The changes by McDonalds and Frito-Lay, along with the new recommendations about trans fat, reconfirms the sunflower industry’s move to NuSun sunflower oil, says Ed Campbell, technical director for ADM, Decatur, Ill.
“It’s tremendous news for the sunflower industry,” he says. “When you have industry leaders (such as McDonalds and Frito-Lay) redefining their product objectives, it gets others to think likewise. But no company of their stature will make a significant commitment without a stable supply, in my opinion. They won’t want oil they can’t get.”
About 40% of all oil sunflower acres in the U.S. were NuSun this year, about the same as last year. Campbell says that amount needs to expand to meet market potential. “It’s a matter of getting growers and all of the seed companies behind it,” he says. – Ruth Isaak, Tracy Sayler
About Trans Fats, and NuSun
Trans fats result from a process called hydrogenation. Hydrogenation is a process of chemically adding hydrogen gas to a liquid fat in the presence of a catalyst. Oil is hydrogenated to varying degrees to give it extra stability in a fryer, increase shelf life in packaged products and to allow for better product consistency. It became a widely-used practice in the food industry when vegetable oils replaced more highly saturated animal and tropical fats.
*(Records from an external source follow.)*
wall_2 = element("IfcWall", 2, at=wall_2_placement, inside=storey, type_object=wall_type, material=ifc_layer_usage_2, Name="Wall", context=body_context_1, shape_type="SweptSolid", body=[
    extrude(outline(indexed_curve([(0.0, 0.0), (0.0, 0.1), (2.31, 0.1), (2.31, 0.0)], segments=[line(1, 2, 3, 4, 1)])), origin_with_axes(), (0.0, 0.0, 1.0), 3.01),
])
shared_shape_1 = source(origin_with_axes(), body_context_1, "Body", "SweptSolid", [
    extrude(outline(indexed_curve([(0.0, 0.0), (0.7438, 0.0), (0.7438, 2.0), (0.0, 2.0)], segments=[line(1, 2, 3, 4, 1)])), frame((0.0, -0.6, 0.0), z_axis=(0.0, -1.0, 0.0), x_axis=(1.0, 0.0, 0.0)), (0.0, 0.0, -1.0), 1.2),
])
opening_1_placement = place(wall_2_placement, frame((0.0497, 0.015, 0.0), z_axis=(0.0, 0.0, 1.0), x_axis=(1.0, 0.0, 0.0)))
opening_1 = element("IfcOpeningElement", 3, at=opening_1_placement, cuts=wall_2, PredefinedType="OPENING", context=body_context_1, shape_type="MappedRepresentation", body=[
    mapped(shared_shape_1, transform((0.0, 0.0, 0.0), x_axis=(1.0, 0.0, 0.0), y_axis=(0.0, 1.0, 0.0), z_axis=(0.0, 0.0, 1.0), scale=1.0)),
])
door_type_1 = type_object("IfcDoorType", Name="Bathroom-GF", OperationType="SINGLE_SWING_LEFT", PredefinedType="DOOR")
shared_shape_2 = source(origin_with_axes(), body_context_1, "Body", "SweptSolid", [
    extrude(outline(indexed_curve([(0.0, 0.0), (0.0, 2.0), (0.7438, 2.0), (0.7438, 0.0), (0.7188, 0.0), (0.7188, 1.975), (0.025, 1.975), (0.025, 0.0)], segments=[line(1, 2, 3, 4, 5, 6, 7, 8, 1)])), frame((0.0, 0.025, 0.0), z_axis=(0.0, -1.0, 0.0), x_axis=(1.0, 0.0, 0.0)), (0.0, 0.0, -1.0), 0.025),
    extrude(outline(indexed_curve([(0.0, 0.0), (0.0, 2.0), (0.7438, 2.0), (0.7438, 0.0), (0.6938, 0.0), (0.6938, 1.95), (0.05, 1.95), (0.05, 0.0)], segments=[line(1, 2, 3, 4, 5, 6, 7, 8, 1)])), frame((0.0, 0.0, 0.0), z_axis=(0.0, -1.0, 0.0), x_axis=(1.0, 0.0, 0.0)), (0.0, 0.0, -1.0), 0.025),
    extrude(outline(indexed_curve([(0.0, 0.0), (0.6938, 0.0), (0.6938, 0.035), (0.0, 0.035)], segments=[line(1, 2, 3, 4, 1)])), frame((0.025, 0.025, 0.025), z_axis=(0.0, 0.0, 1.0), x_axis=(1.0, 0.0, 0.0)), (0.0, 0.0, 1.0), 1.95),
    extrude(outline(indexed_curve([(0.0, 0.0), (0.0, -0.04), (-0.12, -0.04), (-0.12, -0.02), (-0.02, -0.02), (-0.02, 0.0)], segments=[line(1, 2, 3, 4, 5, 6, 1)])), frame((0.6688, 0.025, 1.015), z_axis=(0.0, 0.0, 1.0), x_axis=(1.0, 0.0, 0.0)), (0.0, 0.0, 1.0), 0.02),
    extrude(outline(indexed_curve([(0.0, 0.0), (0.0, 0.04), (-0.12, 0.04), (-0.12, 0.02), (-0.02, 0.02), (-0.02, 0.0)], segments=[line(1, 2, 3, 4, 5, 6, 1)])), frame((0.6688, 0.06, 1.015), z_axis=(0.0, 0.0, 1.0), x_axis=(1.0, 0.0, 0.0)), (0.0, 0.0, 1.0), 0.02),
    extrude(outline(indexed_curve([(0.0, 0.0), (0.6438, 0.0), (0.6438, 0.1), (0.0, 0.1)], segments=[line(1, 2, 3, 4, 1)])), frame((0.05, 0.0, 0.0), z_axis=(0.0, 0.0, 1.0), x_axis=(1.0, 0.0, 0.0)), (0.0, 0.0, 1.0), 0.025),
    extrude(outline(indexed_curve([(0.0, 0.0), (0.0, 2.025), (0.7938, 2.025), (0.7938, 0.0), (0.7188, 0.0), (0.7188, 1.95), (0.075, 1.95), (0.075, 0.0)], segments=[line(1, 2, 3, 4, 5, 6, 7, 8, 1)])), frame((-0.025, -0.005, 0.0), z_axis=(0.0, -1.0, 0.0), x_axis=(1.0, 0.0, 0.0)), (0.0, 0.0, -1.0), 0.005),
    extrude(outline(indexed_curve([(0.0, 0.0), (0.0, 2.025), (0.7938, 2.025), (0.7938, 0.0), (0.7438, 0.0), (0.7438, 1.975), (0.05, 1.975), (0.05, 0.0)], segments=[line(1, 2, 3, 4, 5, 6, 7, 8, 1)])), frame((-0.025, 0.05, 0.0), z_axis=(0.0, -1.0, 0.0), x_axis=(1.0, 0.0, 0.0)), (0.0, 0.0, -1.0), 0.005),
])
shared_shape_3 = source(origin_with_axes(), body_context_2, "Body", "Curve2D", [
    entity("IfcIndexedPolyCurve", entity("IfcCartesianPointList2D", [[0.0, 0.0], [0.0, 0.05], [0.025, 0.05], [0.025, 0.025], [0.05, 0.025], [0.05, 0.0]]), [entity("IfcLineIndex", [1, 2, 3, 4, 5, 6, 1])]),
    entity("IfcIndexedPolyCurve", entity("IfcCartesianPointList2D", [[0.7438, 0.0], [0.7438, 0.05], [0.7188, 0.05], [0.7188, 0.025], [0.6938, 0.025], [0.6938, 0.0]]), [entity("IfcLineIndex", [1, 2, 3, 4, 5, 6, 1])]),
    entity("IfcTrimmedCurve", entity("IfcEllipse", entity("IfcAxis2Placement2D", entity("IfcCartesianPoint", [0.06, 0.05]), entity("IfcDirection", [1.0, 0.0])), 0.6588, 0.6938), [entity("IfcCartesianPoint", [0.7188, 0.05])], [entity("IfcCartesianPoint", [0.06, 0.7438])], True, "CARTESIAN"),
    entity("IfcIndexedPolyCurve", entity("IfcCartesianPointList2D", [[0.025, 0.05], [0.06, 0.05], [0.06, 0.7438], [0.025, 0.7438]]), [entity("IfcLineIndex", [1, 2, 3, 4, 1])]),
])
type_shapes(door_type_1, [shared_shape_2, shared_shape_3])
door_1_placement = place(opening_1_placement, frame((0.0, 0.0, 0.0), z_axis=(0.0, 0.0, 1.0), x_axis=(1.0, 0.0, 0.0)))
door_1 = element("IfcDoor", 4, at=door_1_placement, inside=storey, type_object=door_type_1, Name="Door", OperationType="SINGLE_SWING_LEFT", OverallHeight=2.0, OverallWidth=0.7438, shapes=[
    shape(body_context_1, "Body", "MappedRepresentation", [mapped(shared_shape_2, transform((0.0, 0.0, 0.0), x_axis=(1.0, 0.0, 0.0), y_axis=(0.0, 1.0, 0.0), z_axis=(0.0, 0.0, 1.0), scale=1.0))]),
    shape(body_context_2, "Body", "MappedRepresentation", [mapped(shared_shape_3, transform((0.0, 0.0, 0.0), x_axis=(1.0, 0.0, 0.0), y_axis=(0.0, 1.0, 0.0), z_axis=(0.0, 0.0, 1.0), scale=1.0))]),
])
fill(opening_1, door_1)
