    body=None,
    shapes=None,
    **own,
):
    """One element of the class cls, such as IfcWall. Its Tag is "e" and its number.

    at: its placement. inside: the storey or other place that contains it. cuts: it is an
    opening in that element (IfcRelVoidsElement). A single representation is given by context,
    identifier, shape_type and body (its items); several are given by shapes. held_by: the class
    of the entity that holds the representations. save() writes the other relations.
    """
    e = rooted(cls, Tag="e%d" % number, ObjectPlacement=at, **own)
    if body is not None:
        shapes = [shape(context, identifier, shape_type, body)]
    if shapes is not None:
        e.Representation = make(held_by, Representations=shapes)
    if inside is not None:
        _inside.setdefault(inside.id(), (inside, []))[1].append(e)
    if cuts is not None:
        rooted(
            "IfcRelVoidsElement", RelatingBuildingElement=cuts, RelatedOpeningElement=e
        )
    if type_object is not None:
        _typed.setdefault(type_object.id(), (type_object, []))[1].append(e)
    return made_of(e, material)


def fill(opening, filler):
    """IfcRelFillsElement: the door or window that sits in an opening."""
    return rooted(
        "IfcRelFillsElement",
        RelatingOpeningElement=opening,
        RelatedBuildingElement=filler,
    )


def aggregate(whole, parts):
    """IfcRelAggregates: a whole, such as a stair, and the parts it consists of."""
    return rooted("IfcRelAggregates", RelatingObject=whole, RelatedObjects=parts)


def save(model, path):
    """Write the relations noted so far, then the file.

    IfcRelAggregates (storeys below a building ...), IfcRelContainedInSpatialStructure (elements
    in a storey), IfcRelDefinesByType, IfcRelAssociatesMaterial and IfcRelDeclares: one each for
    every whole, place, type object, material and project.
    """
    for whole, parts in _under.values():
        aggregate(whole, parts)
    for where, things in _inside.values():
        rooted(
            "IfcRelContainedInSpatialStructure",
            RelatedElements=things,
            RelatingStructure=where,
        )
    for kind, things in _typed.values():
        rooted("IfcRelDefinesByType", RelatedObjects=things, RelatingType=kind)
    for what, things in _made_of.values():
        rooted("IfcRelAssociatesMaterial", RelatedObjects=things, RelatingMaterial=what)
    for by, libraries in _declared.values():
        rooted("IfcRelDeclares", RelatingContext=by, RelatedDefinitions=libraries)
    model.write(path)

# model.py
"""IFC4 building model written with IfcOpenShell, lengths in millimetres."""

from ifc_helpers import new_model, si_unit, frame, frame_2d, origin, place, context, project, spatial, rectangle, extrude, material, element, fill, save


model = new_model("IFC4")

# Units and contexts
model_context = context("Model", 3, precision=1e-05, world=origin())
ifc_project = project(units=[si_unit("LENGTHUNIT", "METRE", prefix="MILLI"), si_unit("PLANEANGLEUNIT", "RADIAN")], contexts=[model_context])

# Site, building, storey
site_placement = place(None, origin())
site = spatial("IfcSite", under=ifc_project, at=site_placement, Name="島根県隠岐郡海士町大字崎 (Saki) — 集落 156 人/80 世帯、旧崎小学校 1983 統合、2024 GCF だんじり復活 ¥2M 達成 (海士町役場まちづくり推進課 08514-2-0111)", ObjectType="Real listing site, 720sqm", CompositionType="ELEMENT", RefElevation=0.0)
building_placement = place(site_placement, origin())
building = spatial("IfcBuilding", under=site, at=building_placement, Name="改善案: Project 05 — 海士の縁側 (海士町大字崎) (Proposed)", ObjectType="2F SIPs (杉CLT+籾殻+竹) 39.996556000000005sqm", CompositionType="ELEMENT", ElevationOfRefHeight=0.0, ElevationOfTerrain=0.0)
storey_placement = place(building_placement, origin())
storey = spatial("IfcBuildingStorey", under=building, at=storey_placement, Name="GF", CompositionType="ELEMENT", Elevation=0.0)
In 1995, leaders of the National Sunflower Association decided that the industry needed to develop a mid-oleic sunflower oil, in anticipation of increasing concerns about trans fat among consumers and health officials. The result was NuSun™ sunflower oil, now produced on about 40% of oil sunflower acreage in the U.S.
The stability and performance characteristics of NuSun comes from the natural balance of monounsaturated and polyunsaturated portions of the oil. NuSun does not need to be hydrogenated to be used as a frying oil, thus there is no production of potentially harmful trans fats (sometimes referred to also as trans fatty acids).
NuSun sunflower oil works extremely well in industrial cooking and frying, with a clean, light taste. It also offers industrial users excellent shelf-life, and since it was developed by standard sunflower breeding techniques, it offers users the selling point of being a natural, non-biotech cooking oil.